*BRIEF*
Scan the records for lines with the word "building", and copy every such line.

======== ENTRIES SHOWN

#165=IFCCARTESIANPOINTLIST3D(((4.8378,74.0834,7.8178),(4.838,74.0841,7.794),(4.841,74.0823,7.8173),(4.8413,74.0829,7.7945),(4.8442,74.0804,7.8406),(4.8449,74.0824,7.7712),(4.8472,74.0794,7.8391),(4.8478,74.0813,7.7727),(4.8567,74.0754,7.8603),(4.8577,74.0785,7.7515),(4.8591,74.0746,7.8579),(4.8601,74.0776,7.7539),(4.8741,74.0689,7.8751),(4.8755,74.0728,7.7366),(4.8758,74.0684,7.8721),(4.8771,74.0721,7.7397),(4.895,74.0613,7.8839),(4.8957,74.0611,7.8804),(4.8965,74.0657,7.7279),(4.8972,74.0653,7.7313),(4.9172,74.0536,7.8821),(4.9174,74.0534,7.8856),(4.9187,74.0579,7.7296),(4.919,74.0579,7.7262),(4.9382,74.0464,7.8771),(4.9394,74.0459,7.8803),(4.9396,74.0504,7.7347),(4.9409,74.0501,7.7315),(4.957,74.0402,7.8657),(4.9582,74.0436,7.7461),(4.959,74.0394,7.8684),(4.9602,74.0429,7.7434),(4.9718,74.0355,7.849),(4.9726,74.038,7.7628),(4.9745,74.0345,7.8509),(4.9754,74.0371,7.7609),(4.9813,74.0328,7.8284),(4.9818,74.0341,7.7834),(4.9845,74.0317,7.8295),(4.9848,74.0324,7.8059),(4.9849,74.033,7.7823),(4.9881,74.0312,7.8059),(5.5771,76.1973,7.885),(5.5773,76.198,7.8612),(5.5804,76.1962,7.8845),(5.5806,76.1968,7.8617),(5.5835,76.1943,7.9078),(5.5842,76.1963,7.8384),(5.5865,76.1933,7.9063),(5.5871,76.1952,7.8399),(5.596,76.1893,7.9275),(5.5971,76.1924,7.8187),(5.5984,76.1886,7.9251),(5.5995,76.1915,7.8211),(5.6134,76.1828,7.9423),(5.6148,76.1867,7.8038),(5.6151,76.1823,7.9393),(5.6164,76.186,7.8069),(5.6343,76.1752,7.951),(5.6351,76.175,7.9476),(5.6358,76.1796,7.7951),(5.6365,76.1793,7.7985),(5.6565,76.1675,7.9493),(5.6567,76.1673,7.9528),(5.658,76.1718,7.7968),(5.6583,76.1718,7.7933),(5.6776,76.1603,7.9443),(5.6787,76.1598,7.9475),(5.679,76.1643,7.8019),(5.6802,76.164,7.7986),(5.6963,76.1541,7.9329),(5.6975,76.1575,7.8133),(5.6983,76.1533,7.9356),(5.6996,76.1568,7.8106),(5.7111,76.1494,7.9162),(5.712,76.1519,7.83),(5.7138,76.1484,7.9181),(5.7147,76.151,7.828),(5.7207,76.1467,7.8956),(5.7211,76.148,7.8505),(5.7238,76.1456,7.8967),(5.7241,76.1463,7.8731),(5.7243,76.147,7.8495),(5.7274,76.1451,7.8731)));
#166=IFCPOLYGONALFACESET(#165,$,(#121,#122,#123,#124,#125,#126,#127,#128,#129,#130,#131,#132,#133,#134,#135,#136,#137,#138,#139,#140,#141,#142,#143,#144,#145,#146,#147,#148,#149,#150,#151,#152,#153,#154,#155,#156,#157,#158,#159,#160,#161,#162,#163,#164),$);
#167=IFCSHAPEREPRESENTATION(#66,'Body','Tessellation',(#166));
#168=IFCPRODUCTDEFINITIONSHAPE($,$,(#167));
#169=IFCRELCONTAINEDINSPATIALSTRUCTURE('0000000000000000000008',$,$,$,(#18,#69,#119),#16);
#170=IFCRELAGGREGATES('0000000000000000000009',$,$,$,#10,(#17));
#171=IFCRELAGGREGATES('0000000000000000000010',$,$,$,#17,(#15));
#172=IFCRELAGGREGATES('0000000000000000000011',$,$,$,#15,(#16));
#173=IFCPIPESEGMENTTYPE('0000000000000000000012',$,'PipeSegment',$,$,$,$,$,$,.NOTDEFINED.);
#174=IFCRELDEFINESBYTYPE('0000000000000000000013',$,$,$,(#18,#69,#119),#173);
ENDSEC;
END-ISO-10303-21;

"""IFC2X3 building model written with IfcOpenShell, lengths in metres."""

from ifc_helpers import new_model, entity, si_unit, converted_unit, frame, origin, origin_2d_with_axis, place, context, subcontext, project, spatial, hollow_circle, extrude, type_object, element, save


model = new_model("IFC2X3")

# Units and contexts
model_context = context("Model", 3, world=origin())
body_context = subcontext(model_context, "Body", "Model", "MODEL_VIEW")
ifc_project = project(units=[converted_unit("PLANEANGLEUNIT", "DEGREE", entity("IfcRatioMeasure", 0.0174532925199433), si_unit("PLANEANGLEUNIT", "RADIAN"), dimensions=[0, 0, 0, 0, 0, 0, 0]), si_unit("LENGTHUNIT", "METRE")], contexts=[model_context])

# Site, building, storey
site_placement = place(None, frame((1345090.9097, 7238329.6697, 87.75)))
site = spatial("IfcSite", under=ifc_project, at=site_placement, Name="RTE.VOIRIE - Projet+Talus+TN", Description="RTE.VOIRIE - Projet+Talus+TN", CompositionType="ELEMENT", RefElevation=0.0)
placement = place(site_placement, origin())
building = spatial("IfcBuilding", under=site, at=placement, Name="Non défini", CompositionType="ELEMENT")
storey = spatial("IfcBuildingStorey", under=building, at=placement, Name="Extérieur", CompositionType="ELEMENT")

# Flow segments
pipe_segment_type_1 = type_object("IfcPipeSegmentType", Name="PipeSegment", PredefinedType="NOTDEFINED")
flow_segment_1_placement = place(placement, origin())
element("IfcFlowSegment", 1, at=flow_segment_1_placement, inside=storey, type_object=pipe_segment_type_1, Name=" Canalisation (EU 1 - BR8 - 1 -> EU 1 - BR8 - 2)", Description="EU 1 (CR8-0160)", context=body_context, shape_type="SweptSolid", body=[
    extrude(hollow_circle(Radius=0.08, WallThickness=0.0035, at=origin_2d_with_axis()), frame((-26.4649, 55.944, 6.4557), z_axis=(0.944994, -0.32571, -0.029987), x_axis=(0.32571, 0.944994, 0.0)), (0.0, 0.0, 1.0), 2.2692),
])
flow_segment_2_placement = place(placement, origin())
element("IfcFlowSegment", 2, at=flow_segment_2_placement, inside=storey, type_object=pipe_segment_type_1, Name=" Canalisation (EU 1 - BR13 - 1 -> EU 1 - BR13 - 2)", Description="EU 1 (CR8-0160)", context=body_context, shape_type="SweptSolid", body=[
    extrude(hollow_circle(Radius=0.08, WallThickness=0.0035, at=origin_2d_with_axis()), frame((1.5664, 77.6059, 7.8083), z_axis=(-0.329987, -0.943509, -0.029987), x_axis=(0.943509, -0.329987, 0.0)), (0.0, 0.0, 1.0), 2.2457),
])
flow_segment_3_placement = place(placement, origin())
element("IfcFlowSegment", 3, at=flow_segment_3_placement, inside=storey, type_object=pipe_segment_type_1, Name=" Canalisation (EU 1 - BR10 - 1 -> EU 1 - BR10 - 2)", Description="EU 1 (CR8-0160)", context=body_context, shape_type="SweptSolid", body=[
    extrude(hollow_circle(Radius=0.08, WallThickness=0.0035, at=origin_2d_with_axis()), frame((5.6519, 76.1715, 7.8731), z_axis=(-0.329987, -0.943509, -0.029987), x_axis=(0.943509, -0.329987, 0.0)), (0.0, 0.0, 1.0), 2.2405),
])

================

*SOLUTION*
"""IFC2X3 building model written with IfcOpenShell, lengths in metres."""
# Site, building, storey
building = spatial("IfcBuilding", under=site, at=placement, Name="Non défini", CompositionType="ELEMENT")
storey = spatial("IfcBuildingStorey", under=building, at=placement, Name="Extérieur", CompositionType="ELEMENT")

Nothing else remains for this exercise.